Если воспользоваться тем мигом мерцания идеала в сознании, – мерцания, которое в романе (в 1895 году уже, чего доброго, задумывавшемся), – идеала, выражено формулой: «красота была истиной, истина – красотою», – то это стихотворение не художественное, а иллюстрация вот этой самой мысли. Она тешила пошатнувшиеся и христианство, и позитивизм. Вот такая религия, мол, истины, Третий Завет настанет, с богом – красотой. Красота же – утрачиваемая гармония «между явлениями в наших ощущениях» у позитивизма. – Так всё это на рубеже XIX-XX веков выглядит страшным для лирического «я», представляющим себе такое будущее прозрённым уже ТОГДА, художником Леонардо. В самом деле: ТАКОЕ спасение угадано, мол, аж ТОГДА. Когда только теперь вот, на рубеже XIX-XX веков, до этого додумывается лирическое «я» Мережковского. – Это было частью явления, называемого Возрождением русской религиозно-идеалистической философии.

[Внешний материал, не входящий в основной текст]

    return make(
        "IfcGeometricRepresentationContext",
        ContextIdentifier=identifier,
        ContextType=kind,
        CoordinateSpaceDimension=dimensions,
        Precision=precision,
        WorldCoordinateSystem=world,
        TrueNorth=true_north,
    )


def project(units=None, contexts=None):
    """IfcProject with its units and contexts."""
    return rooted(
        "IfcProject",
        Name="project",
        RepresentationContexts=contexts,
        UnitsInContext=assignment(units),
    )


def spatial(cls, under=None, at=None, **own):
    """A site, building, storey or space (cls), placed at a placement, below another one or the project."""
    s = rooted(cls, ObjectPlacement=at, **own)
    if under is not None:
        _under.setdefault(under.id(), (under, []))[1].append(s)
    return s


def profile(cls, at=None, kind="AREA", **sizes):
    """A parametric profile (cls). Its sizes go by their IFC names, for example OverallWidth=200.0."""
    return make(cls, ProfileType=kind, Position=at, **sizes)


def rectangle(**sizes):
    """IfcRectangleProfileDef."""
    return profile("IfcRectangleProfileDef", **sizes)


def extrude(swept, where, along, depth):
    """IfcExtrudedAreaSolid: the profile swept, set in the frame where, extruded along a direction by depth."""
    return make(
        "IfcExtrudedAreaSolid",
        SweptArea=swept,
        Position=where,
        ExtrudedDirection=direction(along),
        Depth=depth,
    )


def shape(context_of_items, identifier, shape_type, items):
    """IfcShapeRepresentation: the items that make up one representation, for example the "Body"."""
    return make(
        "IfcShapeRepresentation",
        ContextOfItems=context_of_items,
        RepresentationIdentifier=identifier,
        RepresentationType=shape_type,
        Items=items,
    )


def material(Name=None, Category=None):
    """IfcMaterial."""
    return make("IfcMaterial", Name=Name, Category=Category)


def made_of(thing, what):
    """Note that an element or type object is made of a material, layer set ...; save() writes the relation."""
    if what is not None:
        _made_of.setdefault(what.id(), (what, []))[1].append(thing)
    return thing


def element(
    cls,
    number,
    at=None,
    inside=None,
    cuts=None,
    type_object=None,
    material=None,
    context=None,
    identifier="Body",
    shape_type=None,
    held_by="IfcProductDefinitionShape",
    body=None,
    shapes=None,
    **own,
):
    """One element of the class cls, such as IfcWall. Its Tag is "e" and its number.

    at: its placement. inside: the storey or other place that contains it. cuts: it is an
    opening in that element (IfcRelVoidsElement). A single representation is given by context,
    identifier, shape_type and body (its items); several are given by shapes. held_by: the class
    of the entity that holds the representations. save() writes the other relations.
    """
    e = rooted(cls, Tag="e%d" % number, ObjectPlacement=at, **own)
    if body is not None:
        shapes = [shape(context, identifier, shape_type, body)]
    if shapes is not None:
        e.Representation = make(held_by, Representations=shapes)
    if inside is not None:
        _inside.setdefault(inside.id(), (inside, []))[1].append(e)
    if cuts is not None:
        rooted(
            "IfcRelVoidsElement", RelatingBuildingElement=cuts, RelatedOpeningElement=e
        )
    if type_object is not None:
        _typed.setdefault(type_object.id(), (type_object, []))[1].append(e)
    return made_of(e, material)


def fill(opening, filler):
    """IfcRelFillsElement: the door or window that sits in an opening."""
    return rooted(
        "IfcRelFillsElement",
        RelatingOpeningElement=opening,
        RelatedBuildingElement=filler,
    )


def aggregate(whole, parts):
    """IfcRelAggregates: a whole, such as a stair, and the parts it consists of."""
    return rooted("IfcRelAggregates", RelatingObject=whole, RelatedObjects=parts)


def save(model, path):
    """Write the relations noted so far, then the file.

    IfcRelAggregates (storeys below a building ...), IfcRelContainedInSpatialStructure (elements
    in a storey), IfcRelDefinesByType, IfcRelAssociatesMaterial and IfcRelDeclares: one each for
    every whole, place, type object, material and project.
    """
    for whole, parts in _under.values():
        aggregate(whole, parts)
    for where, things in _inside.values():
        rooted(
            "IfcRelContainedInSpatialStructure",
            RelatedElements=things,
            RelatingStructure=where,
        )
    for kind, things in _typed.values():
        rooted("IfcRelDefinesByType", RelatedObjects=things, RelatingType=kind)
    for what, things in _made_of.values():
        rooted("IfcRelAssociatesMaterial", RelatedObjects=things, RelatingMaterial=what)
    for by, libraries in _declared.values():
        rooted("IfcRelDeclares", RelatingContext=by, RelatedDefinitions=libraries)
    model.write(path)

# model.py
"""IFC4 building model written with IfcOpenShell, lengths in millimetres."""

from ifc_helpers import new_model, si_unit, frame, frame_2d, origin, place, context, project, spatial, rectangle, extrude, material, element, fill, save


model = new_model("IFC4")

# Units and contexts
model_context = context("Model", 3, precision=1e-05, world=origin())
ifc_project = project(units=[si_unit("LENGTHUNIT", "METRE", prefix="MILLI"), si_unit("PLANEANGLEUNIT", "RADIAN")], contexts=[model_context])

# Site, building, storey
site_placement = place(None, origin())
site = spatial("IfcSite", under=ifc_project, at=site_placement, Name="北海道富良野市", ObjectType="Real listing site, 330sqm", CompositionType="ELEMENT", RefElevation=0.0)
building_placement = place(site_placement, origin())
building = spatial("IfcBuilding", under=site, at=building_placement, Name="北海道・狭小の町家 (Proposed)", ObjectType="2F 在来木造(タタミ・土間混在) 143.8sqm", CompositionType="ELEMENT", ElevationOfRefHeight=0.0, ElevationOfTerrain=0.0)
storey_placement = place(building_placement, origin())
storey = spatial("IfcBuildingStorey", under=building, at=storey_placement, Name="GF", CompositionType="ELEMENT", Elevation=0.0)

Так я б дальним эхом этого Возрождения назвал и роман «Мастер и Маргарита». Мережковского вдохновил на символистский порыв кризис христианства и позитивизма, а Михаила Булгакова – кризис так называемого социализма.

А Быков отрицает родство:
«Когда люди дорастут до этого, не ясно. Мережковский верит, что когда-нибудь дорастут, Булгаков, кажется, лишён этих иллюзий» (С. 29).
Я с ним не согласен. Мой опыт разбора обоих романов меня поддерживает.

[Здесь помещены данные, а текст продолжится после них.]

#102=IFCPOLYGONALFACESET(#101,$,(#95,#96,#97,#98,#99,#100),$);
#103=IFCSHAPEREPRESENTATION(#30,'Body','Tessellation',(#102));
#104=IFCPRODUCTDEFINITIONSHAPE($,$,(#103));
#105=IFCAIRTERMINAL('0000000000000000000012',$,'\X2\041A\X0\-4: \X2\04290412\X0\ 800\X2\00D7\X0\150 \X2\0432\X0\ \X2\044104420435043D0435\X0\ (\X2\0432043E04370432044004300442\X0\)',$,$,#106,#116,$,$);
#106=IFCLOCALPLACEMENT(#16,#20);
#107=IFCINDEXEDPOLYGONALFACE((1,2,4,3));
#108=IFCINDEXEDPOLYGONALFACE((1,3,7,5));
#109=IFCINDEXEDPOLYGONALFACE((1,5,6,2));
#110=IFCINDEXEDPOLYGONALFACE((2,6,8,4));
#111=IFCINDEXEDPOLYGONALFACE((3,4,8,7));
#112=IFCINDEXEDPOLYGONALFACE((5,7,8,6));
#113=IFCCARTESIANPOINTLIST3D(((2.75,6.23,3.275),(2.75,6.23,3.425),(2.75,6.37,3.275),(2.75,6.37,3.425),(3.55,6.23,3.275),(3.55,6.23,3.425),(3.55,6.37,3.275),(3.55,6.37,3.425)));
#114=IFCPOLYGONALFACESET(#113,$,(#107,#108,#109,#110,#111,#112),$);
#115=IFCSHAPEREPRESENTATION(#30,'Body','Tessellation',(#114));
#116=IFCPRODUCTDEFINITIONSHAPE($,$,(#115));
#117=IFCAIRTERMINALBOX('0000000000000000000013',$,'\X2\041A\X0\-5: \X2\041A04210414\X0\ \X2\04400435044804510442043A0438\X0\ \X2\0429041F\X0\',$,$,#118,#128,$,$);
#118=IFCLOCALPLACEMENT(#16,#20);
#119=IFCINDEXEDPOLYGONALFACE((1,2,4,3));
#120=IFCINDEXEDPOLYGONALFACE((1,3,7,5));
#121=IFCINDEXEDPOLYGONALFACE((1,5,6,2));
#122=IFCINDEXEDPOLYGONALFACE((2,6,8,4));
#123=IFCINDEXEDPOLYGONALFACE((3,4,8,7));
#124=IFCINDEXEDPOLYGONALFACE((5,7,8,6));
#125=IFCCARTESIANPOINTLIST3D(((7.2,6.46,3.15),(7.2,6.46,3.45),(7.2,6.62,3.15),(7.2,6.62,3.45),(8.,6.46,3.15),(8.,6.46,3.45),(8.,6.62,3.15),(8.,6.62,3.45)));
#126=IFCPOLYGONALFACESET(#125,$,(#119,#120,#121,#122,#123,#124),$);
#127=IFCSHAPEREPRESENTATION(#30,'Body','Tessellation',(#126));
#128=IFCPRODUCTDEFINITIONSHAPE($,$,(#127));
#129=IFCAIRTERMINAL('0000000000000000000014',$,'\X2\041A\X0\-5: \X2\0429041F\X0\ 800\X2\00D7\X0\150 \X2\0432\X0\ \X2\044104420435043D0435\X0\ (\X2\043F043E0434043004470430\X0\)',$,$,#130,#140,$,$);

Но дело даже не в том, а в передёрге относительно понятия Возрождение (и Леонардо касающегося, и религиозных русских философов). С Возрождением связан исторический оптимизм. А не:
«…что искусство должно находиться где-то бесконечно отдельно от мира» (С. 29).
А Быков эту неверную посылку ещё и продолжает:
«…это глубокая и страшная мысль. Именно поэтому в стихотворении Мережковского, посвящённому Леонардо, он говорит: “…твой страшный лик запечатлён”. Лик страшного, божественного совершенства» (С. 29).
Далее.
Если стихотворение – иллюстрация мысли: истина равна красоте, – то роман – нет. Там это только момент. А множество противоречий уводит в неясную символистскую неопределённость. О чём сетовал и Бердяев: «…надрывный крик о синтезе, но нет самого жизненного и познавательного синтеза».

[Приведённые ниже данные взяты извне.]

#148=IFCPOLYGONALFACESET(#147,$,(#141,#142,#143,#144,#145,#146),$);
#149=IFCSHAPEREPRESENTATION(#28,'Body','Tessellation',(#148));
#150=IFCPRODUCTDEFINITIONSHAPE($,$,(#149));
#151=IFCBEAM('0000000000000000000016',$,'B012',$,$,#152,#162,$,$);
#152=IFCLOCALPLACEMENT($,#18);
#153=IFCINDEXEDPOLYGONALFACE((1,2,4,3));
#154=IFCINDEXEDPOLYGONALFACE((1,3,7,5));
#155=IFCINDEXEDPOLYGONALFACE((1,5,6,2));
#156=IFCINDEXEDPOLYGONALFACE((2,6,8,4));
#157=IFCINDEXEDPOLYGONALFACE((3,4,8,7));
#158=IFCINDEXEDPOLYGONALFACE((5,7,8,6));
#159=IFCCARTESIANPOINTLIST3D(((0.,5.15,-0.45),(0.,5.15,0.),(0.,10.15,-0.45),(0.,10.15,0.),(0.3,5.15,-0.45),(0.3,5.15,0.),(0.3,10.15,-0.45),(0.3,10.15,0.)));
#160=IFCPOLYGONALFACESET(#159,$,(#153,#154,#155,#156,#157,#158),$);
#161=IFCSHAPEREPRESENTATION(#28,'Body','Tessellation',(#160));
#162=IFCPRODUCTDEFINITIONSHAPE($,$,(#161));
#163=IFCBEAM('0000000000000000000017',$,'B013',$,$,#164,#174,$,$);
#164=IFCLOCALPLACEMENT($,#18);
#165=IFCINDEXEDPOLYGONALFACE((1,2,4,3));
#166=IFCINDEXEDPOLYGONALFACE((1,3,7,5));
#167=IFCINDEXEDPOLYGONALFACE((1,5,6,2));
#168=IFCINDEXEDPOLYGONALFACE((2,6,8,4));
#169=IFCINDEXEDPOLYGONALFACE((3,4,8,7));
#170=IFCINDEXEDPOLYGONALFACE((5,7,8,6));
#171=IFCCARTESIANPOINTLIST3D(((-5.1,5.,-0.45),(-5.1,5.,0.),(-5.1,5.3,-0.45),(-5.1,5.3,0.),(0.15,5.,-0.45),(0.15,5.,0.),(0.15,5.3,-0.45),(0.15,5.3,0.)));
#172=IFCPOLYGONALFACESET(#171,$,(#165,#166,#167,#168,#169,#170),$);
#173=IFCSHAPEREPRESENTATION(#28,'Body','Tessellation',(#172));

Одним из противоречивых «фэ» в романе является поклёп Мережковского на реального Леонардо, заключающийся в том, что тот в романе карикатурой противостоит фанатику-аскету Савонароле (а другой аскет с мобилизованной темнотой деревенской уничтожают выкопанную из земли статую Венеры).
Всё. Быков берёт это на вооружение типа «в лоб». Уравнивает слово «страшный» из стихотворения с романом. И ополчается на вандала в Петербурге, сбившего барельеф Мефистофеля:
«…совершенства.
Именно поэтому, может быть, “Леонардо да Винчи” – роман, который сегодня так грустно перечитывать. Мы понимаем, как бесконечно далеко мы ушли по уровню [вниз, понимай] от споров и борений 1901 года. Мы отброшены от них не на сто, а на пятьсот лет! И мы [тёмные, религиозные] смотрим на это чудо [на божественное совершенство] с тем же трепетом и теми же проклятиями, с какими в начале романа в главе “Белая дьяволица” смотрит христианский священник на откопанные в лошадином холме чудеса античной скульптуры. Смотрит и кричит: “Это дьявол!”» (С. 29–30).

Ну? полемический перегиб у Быкова. Но он же довёл себя до непонимания, что стихотворение – иллюстрация, что не является художественным. Дошёл до выдёргивания эпизода из контекста романа. И до отрицания того, что художественность – это ЧТО-ТО, словами простым читателем, на уровень которого он себя низвёл, невыразимое.
Я надеюсь, что понятно, что я у простого читателя (зрителя) не отнимаю того тончайшего переживания, которое происходит от общения подсознательного идеала автора с подсознанием восприемника.